The Horsemen of Parts wants pieces that are interchangeable, replacable…Parts wants to be able to fix the machine. If we lose a screw, Parts wants to be able to buy a new identical screw…[W]e can make workers functionally identical by giving them roles, rules, and procedures. That is why Parts loves Rules. Rules turn people into parts…[By removing variety], you have made standardized procedures work better…Parts promises us interchangeability. The sacrifice is specifity (169-70).

Finally, Nguyen offers Control:

The Horseman of Control wants to make decisions in an organized way, from a central location. Control wants to coordinate actions across a vast institution, across many contexts…Control is not necessarily authoritarian or malicious. He simply wants to make sense of the world, and then make decisions in a rational and informed way–and enact those decisions upon the world in a coordinated way…What he asks us to sacrifice is autonomy (238).

In offering the reader these myths, Nguyen creates what we might call a ‘both/and’ out of something, rather than an ‘either/or.’ For art and design students, we try to use Scale to standardize multiple sections of a class and multiple institutions. A first-year drawing class in New York is generally similar to one in Ohio and in a Western University in Sharjah. Rules allow a teacher to evaluate if, in the words of the immortal Homer Simpson, things look like the things they look like. Parts ensures the materials a student uses are the same for everyone in the class. Control enables administrators to look at the results of a drawing class and quickly see if the students have learned linear perspective and baseline observational drawing. And, as a result of all of this, we iron out idiosyncrasies of culture, background, and perception. Foundation drawing is just one of these classes; there are others. Professors and institutions in this field often use these classes to make something governable that is, by our contemporary understanding, ungovernable.

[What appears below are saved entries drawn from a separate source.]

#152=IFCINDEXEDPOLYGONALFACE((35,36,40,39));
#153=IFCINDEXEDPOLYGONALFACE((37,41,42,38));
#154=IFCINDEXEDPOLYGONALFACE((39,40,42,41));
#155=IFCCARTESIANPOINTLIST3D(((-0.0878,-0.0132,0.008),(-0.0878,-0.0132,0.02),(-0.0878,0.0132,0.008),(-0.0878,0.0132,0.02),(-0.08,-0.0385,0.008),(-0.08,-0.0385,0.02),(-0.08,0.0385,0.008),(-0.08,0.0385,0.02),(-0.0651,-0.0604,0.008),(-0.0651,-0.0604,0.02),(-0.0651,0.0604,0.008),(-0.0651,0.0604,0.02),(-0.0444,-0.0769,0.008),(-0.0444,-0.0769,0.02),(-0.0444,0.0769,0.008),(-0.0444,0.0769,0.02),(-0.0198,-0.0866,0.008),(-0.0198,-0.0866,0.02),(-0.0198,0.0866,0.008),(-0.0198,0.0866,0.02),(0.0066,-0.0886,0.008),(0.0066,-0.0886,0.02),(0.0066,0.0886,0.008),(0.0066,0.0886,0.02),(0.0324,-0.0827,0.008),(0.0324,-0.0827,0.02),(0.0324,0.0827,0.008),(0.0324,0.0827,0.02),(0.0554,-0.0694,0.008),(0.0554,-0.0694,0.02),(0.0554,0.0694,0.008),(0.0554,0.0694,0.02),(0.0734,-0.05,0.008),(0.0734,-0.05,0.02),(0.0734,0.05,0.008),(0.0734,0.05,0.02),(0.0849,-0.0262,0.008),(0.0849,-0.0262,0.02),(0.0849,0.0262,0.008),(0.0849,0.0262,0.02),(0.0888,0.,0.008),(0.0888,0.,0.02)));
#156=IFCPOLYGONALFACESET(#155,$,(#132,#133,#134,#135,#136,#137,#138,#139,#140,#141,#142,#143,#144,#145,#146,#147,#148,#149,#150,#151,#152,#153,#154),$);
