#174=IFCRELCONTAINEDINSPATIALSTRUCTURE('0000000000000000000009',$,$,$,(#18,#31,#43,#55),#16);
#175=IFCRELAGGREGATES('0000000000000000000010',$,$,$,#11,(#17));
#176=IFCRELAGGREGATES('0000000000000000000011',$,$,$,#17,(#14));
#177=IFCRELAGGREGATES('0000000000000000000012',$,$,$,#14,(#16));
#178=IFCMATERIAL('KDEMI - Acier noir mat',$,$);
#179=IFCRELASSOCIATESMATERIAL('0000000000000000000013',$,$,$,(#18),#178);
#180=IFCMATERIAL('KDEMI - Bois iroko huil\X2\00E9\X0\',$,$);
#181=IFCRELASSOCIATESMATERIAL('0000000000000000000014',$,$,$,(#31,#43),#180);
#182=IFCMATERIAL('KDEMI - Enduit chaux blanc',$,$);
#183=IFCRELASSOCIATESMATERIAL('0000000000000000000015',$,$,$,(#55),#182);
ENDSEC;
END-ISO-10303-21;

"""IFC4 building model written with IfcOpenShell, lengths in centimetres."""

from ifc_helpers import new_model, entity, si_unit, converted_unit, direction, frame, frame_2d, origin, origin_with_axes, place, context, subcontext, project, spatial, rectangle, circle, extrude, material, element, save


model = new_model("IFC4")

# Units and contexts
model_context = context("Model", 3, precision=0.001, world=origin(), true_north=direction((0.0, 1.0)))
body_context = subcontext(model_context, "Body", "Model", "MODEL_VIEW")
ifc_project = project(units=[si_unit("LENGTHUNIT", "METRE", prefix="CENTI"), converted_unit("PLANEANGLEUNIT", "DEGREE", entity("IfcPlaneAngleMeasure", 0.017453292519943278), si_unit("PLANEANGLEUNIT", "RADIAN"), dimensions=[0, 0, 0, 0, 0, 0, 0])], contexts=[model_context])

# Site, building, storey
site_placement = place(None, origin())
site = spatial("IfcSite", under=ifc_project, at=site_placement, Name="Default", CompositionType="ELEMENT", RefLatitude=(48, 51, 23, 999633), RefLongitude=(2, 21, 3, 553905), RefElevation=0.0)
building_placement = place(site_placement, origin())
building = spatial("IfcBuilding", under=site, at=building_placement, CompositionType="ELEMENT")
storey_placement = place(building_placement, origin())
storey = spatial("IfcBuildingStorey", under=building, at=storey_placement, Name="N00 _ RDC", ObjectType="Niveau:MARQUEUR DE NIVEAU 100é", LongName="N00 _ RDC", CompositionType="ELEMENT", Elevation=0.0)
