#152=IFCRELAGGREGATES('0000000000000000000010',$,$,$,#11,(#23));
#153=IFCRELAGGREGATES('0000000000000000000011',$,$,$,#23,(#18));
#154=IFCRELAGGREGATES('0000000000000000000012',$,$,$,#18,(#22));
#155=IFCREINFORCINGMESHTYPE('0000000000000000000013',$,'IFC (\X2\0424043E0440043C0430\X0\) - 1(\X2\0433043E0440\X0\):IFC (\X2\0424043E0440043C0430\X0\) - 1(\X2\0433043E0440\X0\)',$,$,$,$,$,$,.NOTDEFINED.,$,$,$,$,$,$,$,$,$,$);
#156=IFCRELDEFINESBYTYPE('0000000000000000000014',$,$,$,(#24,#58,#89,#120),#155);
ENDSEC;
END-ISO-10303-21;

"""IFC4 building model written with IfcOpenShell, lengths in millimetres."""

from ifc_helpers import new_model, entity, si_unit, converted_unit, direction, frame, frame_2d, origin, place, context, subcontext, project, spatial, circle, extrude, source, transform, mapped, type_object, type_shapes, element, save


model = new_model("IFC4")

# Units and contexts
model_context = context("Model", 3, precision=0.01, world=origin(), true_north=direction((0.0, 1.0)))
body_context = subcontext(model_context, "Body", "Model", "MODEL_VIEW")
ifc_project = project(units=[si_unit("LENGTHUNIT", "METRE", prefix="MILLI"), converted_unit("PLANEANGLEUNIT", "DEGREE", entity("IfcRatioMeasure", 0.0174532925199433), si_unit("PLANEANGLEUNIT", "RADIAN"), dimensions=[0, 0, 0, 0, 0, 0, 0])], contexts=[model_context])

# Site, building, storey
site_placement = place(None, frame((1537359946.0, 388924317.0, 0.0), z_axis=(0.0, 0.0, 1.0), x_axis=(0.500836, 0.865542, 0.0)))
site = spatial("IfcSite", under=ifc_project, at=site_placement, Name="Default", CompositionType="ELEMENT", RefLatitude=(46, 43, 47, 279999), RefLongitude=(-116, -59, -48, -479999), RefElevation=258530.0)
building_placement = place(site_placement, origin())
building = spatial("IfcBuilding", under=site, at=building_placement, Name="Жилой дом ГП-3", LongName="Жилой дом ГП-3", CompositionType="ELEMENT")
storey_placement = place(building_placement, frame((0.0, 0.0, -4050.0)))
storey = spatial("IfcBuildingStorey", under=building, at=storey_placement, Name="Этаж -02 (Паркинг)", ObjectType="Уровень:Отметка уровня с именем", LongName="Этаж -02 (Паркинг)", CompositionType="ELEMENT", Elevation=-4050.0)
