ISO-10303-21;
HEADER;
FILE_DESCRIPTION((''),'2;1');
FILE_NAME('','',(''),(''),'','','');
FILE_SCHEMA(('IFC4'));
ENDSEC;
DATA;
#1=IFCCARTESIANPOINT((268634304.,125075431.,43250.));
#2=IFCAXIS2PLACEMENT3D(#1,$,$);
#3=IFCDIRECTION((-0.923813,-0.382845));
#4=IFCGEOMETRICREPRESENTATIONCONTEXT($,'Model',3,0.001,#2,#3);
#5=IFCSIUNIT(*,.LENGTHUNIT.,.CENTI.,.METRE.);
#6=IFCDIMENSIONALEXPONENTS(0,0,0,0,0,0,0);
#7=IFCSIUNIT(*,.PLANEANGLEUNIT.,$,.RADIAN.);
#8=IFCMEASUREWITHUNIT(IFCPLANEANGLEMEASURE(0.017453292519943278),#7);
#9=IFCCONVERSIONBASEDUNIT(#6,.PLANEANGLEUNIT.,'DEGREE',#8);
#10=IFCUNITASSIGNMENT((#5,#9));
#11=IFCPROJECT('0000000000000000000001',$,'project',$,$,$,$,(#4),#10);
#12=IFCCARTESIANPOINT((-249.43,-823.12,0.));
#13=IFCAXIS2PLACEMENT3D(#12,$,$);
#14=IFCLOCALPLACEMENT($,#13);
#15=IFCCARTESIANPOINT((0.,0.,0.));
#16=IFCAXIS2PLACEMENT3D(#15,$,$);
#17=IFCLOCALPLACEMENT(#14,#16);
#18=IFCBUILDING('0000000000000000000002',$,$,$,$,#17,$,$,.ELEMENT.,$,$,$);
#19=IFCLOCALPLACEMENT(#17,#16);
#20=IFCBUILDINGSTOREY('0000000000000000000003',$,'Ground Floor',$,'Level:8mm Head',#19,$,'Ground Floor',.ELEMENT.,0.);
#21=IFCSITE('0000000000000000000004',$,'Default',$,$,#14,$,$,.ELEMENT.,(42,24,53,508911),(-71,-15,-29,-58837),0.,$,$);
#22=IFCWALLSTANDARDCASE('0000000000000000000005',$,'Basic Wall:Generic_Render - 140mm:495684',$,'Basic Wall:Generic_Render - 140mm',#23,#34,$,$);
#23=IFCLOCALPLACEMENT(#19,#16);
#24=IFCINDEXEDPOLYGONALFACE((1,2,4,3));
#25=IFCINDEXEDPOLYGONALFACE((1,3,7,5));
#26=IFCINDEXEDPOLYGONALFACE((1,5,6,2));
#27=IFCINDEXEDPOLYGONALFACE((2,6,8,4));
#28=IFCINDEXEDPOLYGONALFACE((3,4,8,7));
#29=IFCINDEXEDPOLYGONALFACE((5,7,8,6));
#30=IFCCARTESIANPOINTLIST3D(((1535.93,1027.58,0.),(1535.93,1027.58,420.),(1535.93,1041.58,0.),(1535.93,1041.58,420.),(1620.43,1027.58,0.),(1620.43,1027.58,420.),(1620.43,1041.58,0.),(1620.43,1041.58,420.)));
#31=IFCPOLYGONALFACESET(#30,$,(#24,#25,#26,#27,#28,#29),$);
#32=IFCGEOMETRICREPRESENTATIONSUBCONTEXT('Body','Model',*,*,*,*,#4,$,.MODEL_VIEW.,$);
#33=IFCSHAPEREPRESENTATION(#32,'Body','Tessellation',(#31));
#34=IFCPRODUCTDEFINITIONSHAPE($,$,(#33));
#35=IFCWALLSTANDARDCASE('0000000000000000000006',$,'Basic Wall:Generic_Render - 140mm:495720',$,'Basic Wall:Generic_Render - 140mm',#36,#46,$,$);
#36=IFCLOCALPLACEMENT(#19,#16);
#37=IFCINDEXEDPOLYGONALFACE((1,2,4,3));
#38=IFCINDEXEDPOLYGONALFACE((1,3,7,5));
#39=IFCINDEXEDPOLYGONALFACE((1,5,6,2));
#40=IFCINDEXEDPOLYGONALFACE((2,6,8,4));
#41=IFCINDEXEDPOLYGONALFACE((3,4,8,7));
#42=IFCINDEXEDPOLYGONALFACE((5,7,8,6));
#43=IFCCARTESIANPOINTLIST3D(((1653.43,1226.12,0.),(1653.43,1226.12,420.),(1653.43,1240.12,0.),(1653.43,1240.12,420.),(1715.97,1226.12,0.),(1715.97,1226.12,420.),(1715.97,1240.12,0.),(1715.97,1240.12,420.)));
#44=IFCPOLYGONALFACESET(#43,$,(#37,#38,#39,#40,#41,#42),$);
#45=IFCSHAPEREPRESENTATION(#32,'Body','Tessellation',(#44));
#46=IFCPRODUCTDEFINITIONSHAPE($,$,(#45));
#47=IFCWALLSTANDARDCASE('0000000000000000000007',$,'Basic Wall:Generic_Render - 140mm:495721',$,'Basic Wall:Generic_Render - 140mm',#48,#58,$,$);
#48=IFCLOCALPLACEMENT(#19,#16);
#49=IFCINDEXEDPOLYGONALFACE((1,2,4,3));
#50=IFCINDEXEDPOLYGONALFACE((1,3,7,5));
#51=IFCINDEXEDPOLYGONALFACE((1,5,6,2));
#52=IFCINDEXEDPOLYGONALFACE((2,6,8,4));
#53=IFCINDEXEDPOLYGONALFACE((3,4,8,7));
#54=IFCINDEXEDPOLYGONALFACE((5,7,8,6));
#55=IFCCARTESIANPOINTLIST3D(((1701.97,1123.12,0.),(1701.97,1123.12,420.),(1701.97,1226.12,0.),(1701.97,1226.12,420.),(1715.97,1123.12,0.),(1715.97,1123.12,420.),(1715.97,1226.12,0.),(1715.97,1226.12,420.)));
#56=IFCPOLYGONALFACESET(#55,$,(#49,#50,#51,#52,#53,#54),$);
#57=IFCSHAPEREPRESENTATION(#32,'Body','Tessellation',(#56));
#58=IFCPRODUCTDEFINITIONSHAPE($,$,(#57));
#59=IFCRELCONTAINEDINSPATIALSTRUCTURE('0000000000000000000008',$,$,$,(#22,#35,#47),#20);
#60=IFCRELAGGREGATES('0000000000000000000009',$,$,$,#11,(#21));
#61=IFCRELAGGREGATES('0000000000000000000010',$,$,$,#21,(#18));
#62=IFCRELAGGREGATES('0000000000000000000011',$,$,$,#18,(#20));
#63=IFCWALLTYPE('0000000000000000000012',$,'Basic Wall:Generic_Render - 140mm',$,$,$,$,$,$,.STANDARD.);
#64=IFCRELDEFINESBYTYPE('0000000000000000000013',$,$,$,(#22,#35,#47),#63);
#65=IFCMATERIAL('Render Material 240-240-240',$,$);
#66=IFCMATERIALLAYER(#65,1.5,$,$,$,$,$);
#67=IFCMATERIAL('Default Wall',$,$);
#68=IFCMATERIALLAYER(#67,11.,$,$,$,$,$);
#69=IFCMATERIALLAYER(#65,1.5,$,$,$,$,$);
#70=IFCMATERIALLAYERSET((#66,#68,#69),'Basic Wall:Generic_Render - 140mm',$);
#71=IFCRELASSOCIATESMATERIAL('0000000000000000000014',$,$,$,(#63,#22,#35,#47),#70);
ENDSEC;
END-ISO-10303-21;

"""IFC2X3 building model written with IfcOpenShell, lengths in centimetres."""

from ifc_helpers import new_model, entity, si_unit, converted_unit, direction, frame, frame_2d, origin, place, context, subcontext, project, spatial, rectangle, extrude, material, layer, layer_set, layer_usage, type_object, element, save


model = new_model("IFC2X3")

# Units and contexts
model_context = context("Model", 3, precision=0.001, world=frame((268634304.0, 125075431.0, 43250.0)), true_north=direction((-0.923813, -0.382845)))
body_context = subcontext(model_context, "Body", "Model", "MODEL_VIEW")
ifc_project = project(units=[si_unit("LENGTHUNIT", "METRE", prefix="CENTI"), converted_unit("PLANEANGLEUNIT", "DEGREE", entity("IfcPlaneAngleMeasure", 0.017453292519943278), si_unit("PLANEANGLEUNIT", "RADIAN"), dimensions=[0, 0, 0, 0, 0, 0, 0])], contexts=[model_context])

# Site, building, storey
site_placement = place(None, frame((-249.43, -823.12, 0.0)))
site = spatial("IfcSite", under=ifc_project, at=site_placement, Name="Default", CompositionType="ELEMENT", RefLatitude=(42, 24, 53, 508911), RefLongitude=(-71, -15, -29, -58837), RefElevation=0.0)
building_placement = place(site_placement, origin())
building = spatial("IfcBuilding", under=site, at=building_placement, CompositionType="ELEMENT")
storey_placement = place(building_placement, origin())
storey = spatial("IfcBuildingStorey", under=building, at=storey_placement, Name="Ground Floor", ObjectType="Level:8mm Head", LongName="Ground Floor", CompositionType="ELEMENT", Elevation=0.0)

# Walls
ifc_material_1 = material(Name="Render Material 240-240-240")
ifc_layer_1 = layer(ifc_material_1, 1.5)
ifc_material_2 = material(Name="Default Wall")
ifc_layer_2 = layer(ifc_material_2, 11.0)
ifc_layer_3 = layer(ifc_material_1, 1.5)
ifc_layer_set_1 = layer_set([ifc_layer_1, ifc_layer_2, ifc_layer_3], Name="Basic Wall:Generic_Render - 140mm")
wall_type_1 = type_object("IfcWallType", Name="Basic Wall:Generic_Render - 140mm", PredefinedType="STANDARD", material=ifc_layer_set_1)
ifc_layer_usage_1 = layer_usage(ifc_layer_set_1, "AXIS2", "POSITIVE", -7.0)
wall_1_placement = place(storey_placement, frame((1535.93, 1034.58, 0.0)))
element("IfcWallStandardCase", 1, at=wall_1_placement, inside=storey, type_object=wall_type_1, material=ifc_layer_usage_1, Name="Basic Wall:Generic_Render - 140mm:495684", ObjectType="Basic Wall:Generic_Render - 140mm", context=body_context, shape_type="SweptSolid", body=[
    extrude(rectangle(XDim=84.5, YDim=14.0, at=frame_2d((42.25, 0.0), x_axis=(-1.0, 0.0))), origin(), (0.0, 0.0, 1.0), 420.0),
])
ifc_layer_usage_2 = layer_usage(ifc_layer_set_1, "AXIS2", "NEGATIVE", 7.0)
wall_2_placement = place(storey_placement, frame((1653.43, 1233.12, 0.0)))
element("IfcWallStandardCase", 2, at=wall_2_placement, inside=storey, type_object=wall_type_1, material=ifc_layer_usage_2, Name="Basic Wall:Generic_Render - 140mm:495720", ObjectType="Basic Wall:Generic_Render - 140mm", context=body_context, shape_type="SweptSolid", body=[
    extrude(rectangle(XDim=62.54, YDim=14.0, at=frame_2d((31.27, 0.0), x_axis=(-1.0, 0.0))), origin(), (0.0, 0.0, 1.0), 420.0),
])
ifc_layer_usage_3 = layer_usage(ifc_layer_set_1, "AXIS2", "NEGATIVE", 7.0)
wall_3_placement = place(storey_placement, frame((1708.97, 1226.12, 0.0), z_axis=(0.0, 0.0, 1.0), x_axis=(0.0, -1.0, 0.0)))
element("IfcWallStandardCase", 3, at=wall_3_placement, inside=storey, type_object=wall_type_1, material=ifc_layer_usage_3, Name="Basic Wall:Generic_Render - 140mm:495721", ObjectType="Basic Wall:Generic_Render - 140mm", context=body_context, shape_type="SweptSolid", body=[
    extrude(rectangle(XDim=103.0, YDim=14.0, at=frame_2d((51.5, 0.0), x_axis=(-1.0, 0.0))), origin(), (0.0, 0.0, 1.0), 420.0),
])

save(model, "model.ifc")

In Lawrence Weshcler’s book, Seeing is Forgetting the Name of the Thing One Sees, on Robert Irwin, Irwin speaks about his approach to teaching art:

[W]hat you’re trying to do is develop their sensitivities and not your own. I have strong philosophical reservations about what it is we are talking about when we use the word morality, but as that word is most commonly used, I think the most immoral thing one can do is have ambitions for someone else’s mind (112).

There is a real truth to this. And, it is because people believe in the power of the institution in the first place that allows a professor to work with a student in this way. To put it another way, every semester I will have a student who comes to my institution because we have alumni working at someplace like Pixar and my first semester classes have to start wrestling with why this student might want to work at Pixar. We have to begin to put a little space for thought between an expected outcome and commencing a journey.

Where does this leave our three-hour studio class that meets twice a week? Well, it’s a little murky. We can see Scale, Rules, Parts, and Control in the construction of these spaces. It brings a group of us together to have an experience and it gives us a distinct border for the eccentricities of everyone in the class. At the same time, with Nguyen’s work now in mind, it also reminds us this border is permeable and constructed. In their work “A Very Long Line”, the collaborative art group Postcommodity asks the viewers to consider when does a border function as a tool to keep someone out and when does it function as a tool that imprisons people. It’s both, obviously, but figuring out when we want and need a border is something I will negotiate with, god-willing, for the foreseeable future. Amen.